The 1891 Census records Lady Mary and her family as living at Cliff Hall in the Parish of Terrington & Wigganthorpe, Yorkshire. In addition to their three daughters, their household comprised eleven servants; a Governess, Cook, two Lady's Maids, two Footmen, two Housemaids, one Kitchen Maid, one Scullery Maid, and a School Room Maid.

Mary's husband Henry died on 10 July 1920. His estate was valued at £136,525, and his executors included their daughter Marie Walker and Mary's nephew The Hon. George Butler, Earl of Ossory (later 5th Marquess of Ormonde).

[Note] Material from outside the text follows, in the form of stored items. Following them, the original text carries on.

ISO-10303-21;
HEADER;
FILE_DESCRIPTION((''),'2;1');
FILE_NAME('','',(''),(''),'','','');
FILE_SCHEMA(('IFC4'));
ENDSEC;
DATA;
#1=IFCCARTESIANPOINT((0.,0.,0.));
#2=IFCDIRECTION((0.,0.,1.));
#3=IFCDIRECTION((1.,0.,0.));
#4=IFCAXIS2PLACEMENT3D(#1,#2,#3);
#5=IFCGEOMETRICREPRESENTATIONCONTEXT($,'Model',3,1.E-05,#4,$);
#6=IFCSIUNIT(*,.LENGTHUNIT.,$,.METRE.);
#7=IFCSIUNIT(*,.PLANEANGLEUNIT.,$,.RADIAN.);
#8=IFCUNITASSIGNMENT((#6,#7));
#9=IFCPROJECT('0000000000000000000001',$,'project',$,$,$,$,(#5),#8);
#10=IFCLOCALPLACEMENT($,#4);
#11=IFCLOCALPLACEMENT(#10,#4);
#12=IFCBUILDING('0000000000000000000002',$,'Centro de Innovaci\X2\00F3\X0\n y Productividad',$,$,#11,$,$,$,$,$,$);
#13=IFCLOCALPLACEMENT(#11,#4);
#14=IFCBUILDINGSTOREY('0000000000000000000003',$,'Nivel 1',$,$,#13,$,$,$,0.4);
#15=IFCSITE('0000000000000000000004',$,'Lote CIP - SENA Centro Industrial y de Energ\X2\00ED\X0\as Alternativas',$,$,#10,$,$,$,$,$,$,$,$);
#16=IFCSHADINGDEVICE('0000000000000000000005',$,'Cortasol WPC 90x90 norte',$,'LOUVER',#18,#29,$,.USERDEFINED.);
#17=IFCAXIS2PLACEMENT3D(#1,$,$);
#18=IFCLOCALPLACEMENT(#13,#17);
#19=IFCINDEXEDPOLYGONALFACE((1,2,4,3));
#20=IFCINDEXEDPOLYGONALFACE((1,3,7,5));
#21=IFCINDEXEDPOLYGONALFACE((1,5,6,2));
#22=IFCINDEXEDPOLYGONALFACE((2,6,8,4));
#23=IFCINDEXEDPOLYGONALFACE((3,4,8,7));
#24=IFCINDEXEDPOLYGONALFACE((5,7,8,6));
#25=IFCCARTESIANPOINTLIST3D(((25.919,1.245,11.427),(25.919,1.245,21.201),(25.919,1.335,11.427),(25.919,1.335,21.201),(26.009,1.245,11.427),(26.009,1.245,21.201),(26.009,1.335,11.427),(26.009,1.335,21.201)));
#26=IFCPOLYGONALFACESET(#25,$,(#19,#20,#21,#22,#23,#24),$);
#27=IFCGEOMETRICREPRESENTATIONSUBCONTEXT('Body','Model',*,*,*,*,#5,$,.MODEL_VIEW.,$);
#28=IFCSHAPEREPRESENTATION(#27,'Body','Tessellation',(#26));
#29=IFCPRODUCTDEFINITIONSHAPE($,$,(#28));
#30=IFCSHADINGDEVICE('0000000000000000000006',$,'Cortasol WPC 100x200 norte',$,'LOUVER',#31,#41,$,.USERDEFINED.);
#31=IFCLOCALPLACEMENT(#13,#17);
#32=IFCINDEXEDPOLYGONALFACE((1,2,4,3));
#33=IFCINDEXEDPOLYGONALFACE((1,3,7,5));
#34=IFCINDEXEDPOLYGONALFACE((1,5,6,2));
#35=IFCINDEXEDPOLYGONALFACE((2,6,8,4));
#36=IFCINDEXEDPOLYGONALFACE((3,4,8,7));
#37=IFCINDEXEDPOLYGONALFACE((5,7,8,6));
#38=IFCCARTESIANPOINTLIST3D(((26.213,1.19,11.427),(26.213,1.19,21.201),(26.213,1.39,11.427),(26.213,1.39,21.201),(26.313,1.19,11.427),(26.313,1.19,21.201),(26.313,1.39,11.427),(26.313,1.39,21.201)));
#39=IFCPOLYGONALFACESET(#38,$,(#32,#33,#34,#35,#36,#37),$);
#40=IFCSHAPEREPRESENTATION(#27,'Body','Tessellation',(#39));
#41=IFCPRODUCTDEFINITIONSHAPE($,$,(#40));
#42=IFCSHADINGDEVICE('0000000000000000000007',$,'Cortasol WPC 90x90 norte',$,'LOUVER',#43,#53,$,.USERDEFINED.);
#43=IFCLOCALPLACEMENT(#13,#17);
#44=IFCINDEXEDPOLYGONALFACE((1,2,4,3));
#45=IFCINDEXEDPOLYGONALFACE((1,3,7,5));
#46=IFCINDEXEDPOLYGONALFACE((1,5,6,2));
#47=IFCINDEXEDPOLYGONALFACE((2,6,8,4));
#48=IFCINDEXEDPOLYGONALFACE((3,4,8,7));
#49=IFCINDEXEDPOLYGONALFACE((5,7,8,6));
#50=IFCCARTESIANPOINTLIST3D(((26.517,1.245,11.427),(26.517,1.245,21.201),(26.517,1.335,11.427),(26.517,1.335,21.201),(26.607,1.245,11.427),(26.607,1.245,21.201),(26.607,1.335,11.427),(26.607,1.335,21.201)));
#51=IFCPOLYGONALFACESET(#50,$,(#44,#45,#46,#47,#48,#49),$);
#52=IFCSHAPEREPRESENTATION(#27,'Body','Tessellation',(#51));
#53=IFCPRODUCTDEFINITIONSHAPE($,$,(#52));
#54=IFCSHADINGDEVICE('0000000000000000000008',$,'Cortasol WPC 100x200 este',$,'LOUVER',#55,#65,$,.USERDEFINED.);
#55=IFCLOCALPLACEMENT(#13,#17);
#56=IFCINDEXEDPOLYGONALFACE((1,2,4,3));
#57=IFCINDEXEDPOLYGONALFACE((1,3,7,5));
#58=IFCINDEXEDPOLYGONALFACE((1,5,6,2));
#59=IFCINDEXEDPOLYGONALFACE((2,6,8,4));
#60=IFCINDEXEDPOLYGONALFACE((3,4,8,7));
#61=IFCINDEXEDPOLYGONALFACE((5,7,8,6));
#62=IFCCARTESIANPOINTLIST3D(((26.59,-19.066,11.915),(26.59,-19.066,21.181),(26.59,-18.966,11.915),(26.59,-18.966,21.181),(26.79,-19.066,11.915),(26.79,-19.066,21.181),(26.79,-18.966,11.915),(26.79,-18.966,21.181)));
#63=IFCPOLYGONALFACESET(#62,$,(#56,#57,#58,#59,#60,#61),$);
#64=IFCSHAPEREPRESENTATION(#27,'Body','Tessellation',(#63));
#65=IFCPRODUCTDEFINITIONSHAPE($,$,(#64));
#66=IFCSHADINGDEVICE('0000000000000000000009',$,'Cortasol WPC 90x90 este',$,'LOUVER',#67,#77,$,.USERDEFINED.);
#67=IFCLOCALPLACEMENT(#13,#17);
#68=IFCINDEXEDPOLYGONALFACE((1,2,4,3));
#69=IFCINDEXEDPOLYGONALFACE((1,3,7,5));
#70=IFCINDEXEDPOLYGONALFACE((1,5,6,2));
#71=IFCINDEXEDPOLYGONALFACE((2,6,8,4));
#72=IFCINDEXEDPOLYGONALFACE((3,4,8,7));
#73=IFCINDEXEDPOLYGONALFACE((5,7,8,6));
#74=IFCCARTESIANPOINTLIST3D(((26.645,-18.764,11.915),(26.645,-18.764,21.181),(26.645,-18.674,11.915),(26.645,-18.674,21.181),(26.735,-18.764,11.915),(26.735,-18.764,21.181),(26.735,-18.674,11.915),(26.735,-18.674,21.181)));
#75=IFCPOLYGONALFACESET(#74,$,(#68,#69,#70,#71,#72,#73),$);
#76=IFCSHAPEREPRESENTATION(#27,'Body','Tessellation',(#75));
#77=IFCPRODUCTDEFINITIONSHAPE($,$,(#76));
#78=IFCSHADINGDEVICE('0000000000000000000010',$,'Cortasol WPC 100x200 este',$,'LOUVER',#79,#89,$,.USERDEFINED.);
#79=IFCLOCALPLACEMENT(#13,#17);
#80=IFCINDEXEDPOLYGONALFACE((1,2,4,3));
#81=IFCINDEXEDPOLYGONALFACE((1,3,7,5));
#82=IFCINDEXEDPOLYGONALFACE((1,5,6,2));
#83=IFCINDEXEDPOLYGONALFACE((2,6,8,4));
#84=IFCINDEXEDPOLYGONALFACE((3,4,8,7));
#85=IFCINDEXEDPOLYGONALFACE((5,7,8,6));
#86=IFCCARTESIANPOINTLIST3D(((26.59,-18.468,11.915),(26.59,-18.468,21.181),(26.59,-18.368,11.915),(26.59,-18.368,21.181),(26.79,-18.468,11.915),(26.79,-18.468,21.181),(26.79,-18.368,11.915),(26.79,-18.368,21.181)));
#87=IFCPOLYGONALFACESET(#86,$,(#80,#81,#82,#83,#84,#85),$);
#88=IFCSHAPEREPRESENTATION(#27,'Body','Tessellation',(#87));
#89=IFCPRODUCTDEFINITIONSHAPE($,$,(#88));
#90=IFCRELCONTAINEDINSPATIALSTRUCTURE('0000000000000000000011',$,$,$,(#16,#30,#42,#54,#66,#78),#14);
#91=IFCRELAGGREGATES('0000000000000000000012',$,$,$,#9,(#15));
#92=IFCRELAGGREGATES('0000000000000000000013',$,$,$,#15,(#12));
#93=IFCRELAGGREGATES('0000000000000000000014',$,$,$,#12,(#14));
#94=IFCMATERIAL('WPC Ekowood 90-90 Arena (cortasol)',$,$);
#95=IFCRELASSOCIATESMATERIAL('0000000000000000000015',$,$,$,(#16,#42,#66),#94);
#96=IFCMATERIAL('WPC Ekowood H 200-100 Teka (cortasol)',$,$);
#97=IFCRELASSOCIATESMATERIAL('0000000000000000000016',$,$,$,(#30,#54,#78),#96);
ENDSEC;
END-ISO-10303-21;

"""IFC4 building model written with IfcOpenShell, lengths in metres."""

from ifc_helpers import new_model, si_unit, frame, origin_with_axes, place, context, subcontext, project, spatial, polyline, outline, extrude, material, element, save


model = new_model("IFC4")

# Units and contexts
model_context = context("Model", 3, precision=1e-05, world=origin_with_axes())
body_context = subcontext(model_context, "Body", "Model", "MODEL_VIEW")
ifc_project = project(units=[si_unit("LENGTHUNIT", "METRE"), si_unit("PLANEANGLEUNIT", "RADIAN")], contexts=[model_context])

# Site, building, storey
site_placement = place(None, origin_with_axes())
site = spatial("IfcSite", under=ifc_project, at=site_placement, Name="Lote CIP - SENA Centro Industrial y de Energías Alternativas")
building_placement = place(site_placement, origin_with_axes())
building = spatial("IfcBuilding", under=site, at=building_placement, Name="Centro de Innovación y Productividad")
storey_placement = place(building_placement, origin_with_axes())
storey = spatial("IfcBuildingStorey", under=building, at=storey_placement, Name="Nivel 1", Elevation=0.4)

# Shading devices
ifc_material_1 = material(Name="WPC Ekowood H 200-100 Teka (cortasol)")
ifc_material_2 = material(Name="WPC Ekowood 90-90 Arena (cortasol)")
shading_device_1_placement = place(storey_placement, origin_with_axes())
element("IfcShadingDevice", 1, at=shading_device_1_placement, inside=storey, material=ifc_material_2, Name="Cortasol WPC 90x90 norte", ObjectType="LOUVER", PredefinedType="USERDEFINED", context=body_context, shape_type="SweptSolid", body=[
    extrude(outline(polyline([(25.919, 1.245), (25.919, 1.335), (26.009, 1.335), (26.009, 1.245), (25.919, 1.245)])), frame((0.0, 0.0, 11.427)), (0.0, 0.0, 1.0), 9.774),
])
shading_device_2_placement = place(storey_placement, origin_with_axes())
element("IfcShadingDevice", 2, at=shading_device_2_placement, inside=storey, material=ifc_material_1, Name="Cortasol WPC 100x200 norte", ObjectType="LOUVER", PredefinedType="USERDEFINED", context=body_context, shape_type="SweptSolid", body=[
    extrude(outline(polyline([(26.213, 1.19), (26.213, 1.39), (26.313, 1.39), (26.313, 1.19), (26.213, 1.19)])), frame((0.0, 0.0, 11.427)), (0.0, 0.0, 1.0), 9.774),
])
shading_device_3_placement = place(storey_placement, origin_with_axes())
element("IfcShadingDevice", 3, at=shading_device_3_placement, inside=storey, material=ifc_material_2, Name="Cortasol WPC 90x90 norte", ObjectType="LOUVER", PredefinedType="USERDEFINED", context=body_context, shape_type="SweptSolid", body=[
    extrude(outline(polyline([(26.517, 1.245), (26.517, 1.335), (26.607, 1.335), (26.607, 1.245), (26.517, 1.245)])), frame((0.0, 0.0, 11.427)), (0.0, 0.0, 1.0), 9.774),
])
shading_device_4_placement = place(storey_placement, origin_with_axes())
element("IfcShadingDevice", 4, at=shading_device_4_placement, inside=storey, material=ifc_material_1, Name="Cortasol WPC 100x200 este", ObjectType="LOUVER", PredefinedType="USERDEFINED", context=body_context, shape_type="SweptSolid", body=[
    extrude(outline(polyline([(26.79, -19.066), (26.59, -19.066), (26.59, -18.966), (26.79, -18.966), (26.79, -19.066)])), frame((0.0, 0.0, 11.915)), (0.0, 0.0, 1.0), 9.266),
])
shading_device_5_placement = place(storey_placement, origin_with_axes())
element("IfcShadingDevice", 5, at=shading_device_5_placement, inside=storey, material=ifc_material_2, Name="Cortasol WPC 90x90 este", ObjectType="LOUVER", PredefinedType="USERDEFINED", context=body_context, shape_type="SweptSolid", body=[
    extrude(outline(polyline([(26.735, -18.764), (26.645, -18.764), (26.645, -18.674), (26.735, -18.674), (26.735, -18.764)])), frame((0.0, 0.0, 11.915)), (0.0, 0.0, 1.0), 9.266),
])
shading_device_6_placement = place(storey_placement, origin_with_axes())
element("IfcShadingDevice", 6, at=shading_device_6_placement, inside=storey, material=ifc_material_1, Name="Cortasol WPC 100x200 este", ObjectType="LOUVER", PredefinedType="USERDEFINED", context=body_context, shape_type="SweptSolid", body=[
    extrude(outline(polyline([(26.79, -18.468), (26.59, -18.468), (26.59, -18.368), (26.79, -18.368), (26.79, -18.468)])), frame((0.0, 0.0, 11.915)), (0.0, 0.0, 1.0), 9.266),
])

save(model, "model.ifc")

The Wiganthorpe Hall Estate was sold in 1921 to Lord Holden, and Lady Mary moved to Mill Hill House in Brandsby, Yorkshire.

In 1927 Mary moved to her final home at Slingsby Hall Yorkshire, which continued to be the home of her second daughter Isabel Wentworth-FitzWilliam until Isabel's death in 1955.

Mary died on 17 January 1929; her personal estate was valued at £8,382. Her funeral was held at Wentworth Woodhouse, the ancestral seat of the Earls FitzWilliam.